• **Given data**:
* * * * * * * * *

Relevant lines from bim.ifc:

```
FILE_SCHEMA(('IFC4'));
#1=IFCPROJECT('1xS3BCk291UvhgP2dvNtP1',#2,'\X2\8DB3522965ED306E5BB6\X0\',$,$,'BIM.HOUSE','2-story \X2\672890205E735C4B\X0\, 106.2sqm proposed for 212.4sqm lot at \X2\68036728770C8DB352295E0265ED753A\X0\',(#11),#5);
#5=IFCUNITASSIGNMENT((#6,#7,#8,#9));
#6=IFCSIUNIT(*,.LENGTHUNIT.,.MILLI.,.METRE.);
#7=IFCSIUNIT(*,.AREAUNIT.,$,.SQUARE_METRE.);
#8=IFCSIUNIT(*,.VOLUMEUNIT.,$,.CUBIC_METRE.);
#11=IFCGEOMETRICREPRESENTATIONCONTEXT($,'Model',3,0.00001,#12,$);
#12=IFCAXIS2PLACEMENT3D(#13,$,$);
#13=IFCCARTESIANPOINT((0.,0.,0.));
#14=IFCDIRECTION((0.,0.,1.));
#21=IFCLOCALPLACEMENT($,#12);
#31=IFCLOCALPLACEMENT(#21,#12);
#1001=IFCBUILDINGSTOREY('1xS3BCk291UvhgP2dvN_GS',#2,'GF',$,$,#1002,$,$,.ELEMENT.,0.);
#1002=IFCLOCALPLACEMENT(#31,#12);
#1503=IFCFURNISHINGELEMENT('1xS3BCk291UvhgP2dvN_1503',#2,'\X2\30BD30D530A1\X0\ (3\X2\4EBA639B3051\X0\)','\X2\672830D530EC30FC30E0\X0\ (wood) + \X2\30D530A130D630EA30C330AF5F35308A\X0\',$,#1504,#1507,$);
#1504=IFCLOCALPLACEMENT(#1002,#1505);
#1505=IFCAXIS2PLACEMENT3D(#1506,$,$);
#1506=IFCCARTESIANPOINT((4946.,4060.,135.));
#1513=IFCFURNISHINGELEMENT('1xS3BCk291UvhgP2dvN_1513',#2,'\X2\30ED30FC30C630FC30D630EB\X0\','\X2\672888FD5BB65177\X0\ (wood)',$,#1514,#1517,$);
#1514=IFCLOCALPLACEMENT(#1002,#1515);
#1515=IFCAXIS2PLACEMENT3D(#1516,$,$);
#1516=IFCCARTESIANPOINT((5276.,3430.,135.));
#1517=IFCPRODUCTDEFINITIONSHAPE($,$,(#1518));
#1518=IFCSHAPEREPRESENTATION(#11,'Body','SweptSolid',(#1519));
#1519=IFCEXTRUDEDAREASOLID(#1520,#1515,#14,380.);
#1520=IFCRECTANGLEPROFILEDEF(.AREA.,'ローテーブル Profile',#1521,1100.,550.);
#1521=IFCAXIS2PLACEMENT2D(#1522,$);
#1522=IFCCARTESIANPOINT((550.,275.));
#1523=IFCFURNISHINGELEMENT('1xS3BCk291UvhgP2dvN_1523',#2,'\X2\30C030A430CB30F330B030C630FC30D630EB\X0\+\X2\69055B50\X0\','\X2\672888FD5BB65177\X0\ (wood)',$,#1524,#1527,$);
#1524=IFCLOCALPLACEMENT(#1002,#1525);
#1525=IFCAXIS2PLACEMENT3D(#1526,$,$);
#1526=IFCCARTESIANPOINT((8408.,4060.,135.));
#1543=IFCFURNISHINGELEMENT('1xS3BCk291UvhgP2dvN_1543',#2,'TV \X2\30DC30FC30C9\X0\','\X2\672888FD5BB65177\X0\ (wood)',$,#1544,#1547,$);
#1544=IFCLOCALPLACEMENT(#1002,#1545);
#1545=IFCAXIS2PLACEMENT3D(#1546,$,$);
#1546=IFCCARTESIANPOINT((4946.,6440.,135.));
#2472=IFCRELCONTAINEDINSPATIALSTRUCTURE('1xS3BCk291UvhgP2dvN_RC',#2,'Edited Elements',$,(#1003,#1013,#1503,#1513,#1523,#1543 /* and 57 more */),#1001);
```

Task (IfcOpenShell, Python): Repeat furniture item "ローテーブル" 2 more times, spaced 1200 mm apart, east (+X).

```python
import numpy as np
import ifcopenshell
import ifcopenshell.api.geometry
import ifcopenshell.api.root
import ifcopenshell.util.element
import ifcopenshell.util.placement
import ifcopenshell.util.unit

model = ifcopenshell.open("bim.ifc")
unit_scale = ifcopenshell.util.unit.calculate_unit_scale(model)


def reuse_history(source, copy):
    """copy_class also copies each property set's owner history, people and application; keep the originals."""
    for rel in copy.IsDefinedBy:
        if rel.is_a("IfcRelDefinesByProperties") and (history := rel.RelatingPropertyDefinition.OwnerHistory):
            rel.RelatingPropertyDefinition.OwnerHistory = source.OwnerHistory
            ifcopenshell.util.element.remove_deep2(model, history)


source = model.by_guid("1xS3BCk291UvhgP2dvN_1513")
base = ifcopenshell.util.placement.get_local_placement(source.ObjectPlacement)
step = np.array([1.0, 0.0, 0.0]) * 1.2 / unit_scale

for i in range(1, 3):
    copy = ifcopenshell.api.root.copy_class(model, product=source)
    copy.Representation = ifcopenshell.util.element.copy_deep(
        model, source.Representation, exclude=["IfcGeometricRepresentationContext", "IfcRepresentationMap"]
    )
    reuse_history(source, copy)
    matrix = base.copy()
    matrix[:3, 3] += i * step
    print("added at", matrix[:3, 3].round(3) + 0.0)
    ifcopenshell.api.geometry.edit_object_placement(model, product=copy, matrix=matrix, is_si=False)

model.write("bim_edited.ifc")
```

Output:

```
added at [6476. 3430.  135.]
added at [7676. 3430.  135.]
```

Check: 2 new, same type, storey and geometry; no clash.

* * * * * * * * *

• **Task brief**:
The records above must each be restated exactly as they stand.

• **Response for this exercise**:
Relevant lines from bim.ifc:

```
FILE_SCHEMA(('IFC4'));
#1=IFCPROJECT('1xS3BCk291UvhgP2dvNtP1',#2,'\X2\8DB3522965ED306E5BB6\X0\',$,$,'BIM.HOUSE','2-story \X2\672890205E735C4B\X0\, 106.2sqm proposed for 212.4sqm lot at \X2\68036728770C8DB352295E0265ED753A\X0\',(#11),#5);
#5=IFCUNITASSIGNMENT((#6,#7,#8,#9));
#6=IFCSIUNIT(*,.LENGTHUNIT.,.MILLI.,.METRE.);
#7=IFCSIUNIT(*,.AREAUNIT.,$,.SQUARE_METRE.);
#8=IFCSIUNIT(*,.VOLUMEUNIT.,$,.CUBIC_METRE.);
#11=IFCGEOMETRICREPRESENTATIONCONTEXT($,'Model',3,0.00001,#12,$);
#12=IFCAXIS2PLACEMENT3D(#13,$,$);
#13=IFCCARTESIANPOINT((0.,0.,0.));
#14=IFCDIRECTION((0.,0.,1.));
#21=IFCLOCALPLACEMENT($,#12);
#31=IFCLOCALPLACEMENT(#21,#12);
#1001=IFCBUILDINGSTOREY('1xS3BCk291UvhgP2dvN_GS',#2,'GF',$,$,#1002,$,$,.ELEMENT.,0.);
#1002=IFCLOCALPLACEMENT(#31,#12);
#1503=IFCFURNISHINGELEMENT('1xS3BCk291UvhgP2dvN_1503',#2,'\X2\30BD30D530A1\X0\ (3\X2\4EBA639B3051\X0\)','\X2\672830D530EC30FC30E0\X0\ (wood) + \X2\30D530A130D630EA30C330AF5F35308A\X0\',$,#1504,#1507,$);
#1504=IFCLOCALPLACEMENT(#1002,#1505);
#1505=IFCAXIS2PLACEMENT3D(#1506,$,$);
#1506=IFCCARTESIANPOINT((4946.,4060.,135.));
#1513=IFCFURNISHINGELEMENT('1xS3BCk291UvhgP2dvN_1513',#2,'\X2\30ED30FC30C630FC30D630EB\X0\','\X2\672888FD5BB65177\X0\ (wood)',$,#1514,#1517,$);
#1514=IFCLOCALPLACEMENT(#1002,#1515);
#1515=IFCAXIS2PLACEMENT3D(#1516,$,$);
#1516=IFCCARTESIANPOINT((5276.,3430.,135.));
#1517=IFCPRODUCTDEFINITIONSHAPE($,$,(#1518));
#1518=IFCSHAPEREPRESENTATION(#11,'Body','SweptSolid',(#1519));
#1519=IFCEXTRUDEDAREASOLID(#1520,#1515,#14,380.);
#1520=IFCRECTANGLEPROFILEDEF(.AREA.,'ローテーブル Profile',#1521,1100.,550.);
#1521=IFCAXIS2PLACEMENT2D(#1522,$);
#1522=IFCCARTESIANPOINT((550.,275.));
#1523=IFCFURNISHINGELEMENT('1xS3BCk291UvhgP2dvN_1523',#2,'\X2\30C030A430CB30F330B030C630FC30D630EB\X0\+\X2\69055B50\X0\','\X2\672888FD5BB65177\X0\ (wood)',$,#1524,#1527,$);
#1524=IFCLOCALPLACEMENT(#1002,#1525);
#1525=IFCAXIS2PLACEMENT3D(#1526,$,$);
#1526=IFCCARTESIANPOINT((8408.,4060.,135.));
#1543=IFCFURNISHINGELEMENT('1xS3BCk291UvhgP2dvN_1543',#2,'TV \X2\30DC30FC30C9\X0\','\X2\672888FD5BB65177\X0\ (wood)',$,#1544,#1547,$);
#1544=IFCLOCALPLACEMENT(#1002,#1545);
#1545=IFCAXIS2PLACEMENT3D(#1546,$,$);
#1546=IFCCARTESIANPOINT((4946.,6440.,135.));
#2472=IFCRELCONTAINEDINSPATIALSTRUCTURE('1xS3BCk291UvhgP2dvN_RC',#2,'Edited Elements',$,(#1003,#1013,#1503,#1513,#1523,#1543 /* and 57 more */),#1001);
```

Task (IfcOpenShell, Python): Repeat furniture item "ローテーブル" 2 more times, spaced 1200 mm apart, east (+X).

```python
import numpy as np
import ifcopenshell
import ifcopenshell.api.geometry
import ifcopenshell.api.root
import ifcopenshell.util.element
import ifcopenshell.util.placement
import ifcopenshell.util.unit

model = ifcopenshell.open("bim.ifc")
unit_scale = ifcopenshell.util.unit.calculate_unit_scale(model)


def reuse_history(source, copy):
    """copy_class also copies each property set's owner history, people and application; keep the originals."""
    for rel in copy.IsDefinedBy:
        if rel.is_a("IfcRelDefinesByProperties") and (history := rel.RelatingPropertyDefinition.OwnerHistory):
            rel.RelatingPropertyDefinition.OwnerHistory = source.OwnerHistory
            ifcopenshell.util.element.remove_deep2(model, history)


source = model.by_guid("1xS3BCk291UvhgP2dvN_1513")
base = ifcopenshell.util.placement.get_local_placement(source.ObjectPlacement)
step = np.array([1.0, 0.0, 0.0]) * 1.2 / unit_scale

for i in range(1, 3):
    copy = ifcopenshell.api.root.copy_class(model, product=source)
    copy.Representation = ifcopenshell.util.element.copy_deep(
        model, source.Representation, exclude=["IfcGeometricRepresentationContext", "IfcRepresentationMap"]
    )
    reuse_history(source, copy)
    matrix = base.copy()
    matrix[:3, 3] += i * step
    print("added at", matrix[:3, 3].round(3) + 0.0)
    ifcopenshell.api.geometry.edit_object_placement(model, product=copy, matrix=matrix, is_si=False)

model.write("bim_edited.ifc")
```

Output:

```
added at [6476. 3430.  135.]
added at [7676. 3430.  135.]
```

Check: 2 new, same type, storey and geometry; no clash.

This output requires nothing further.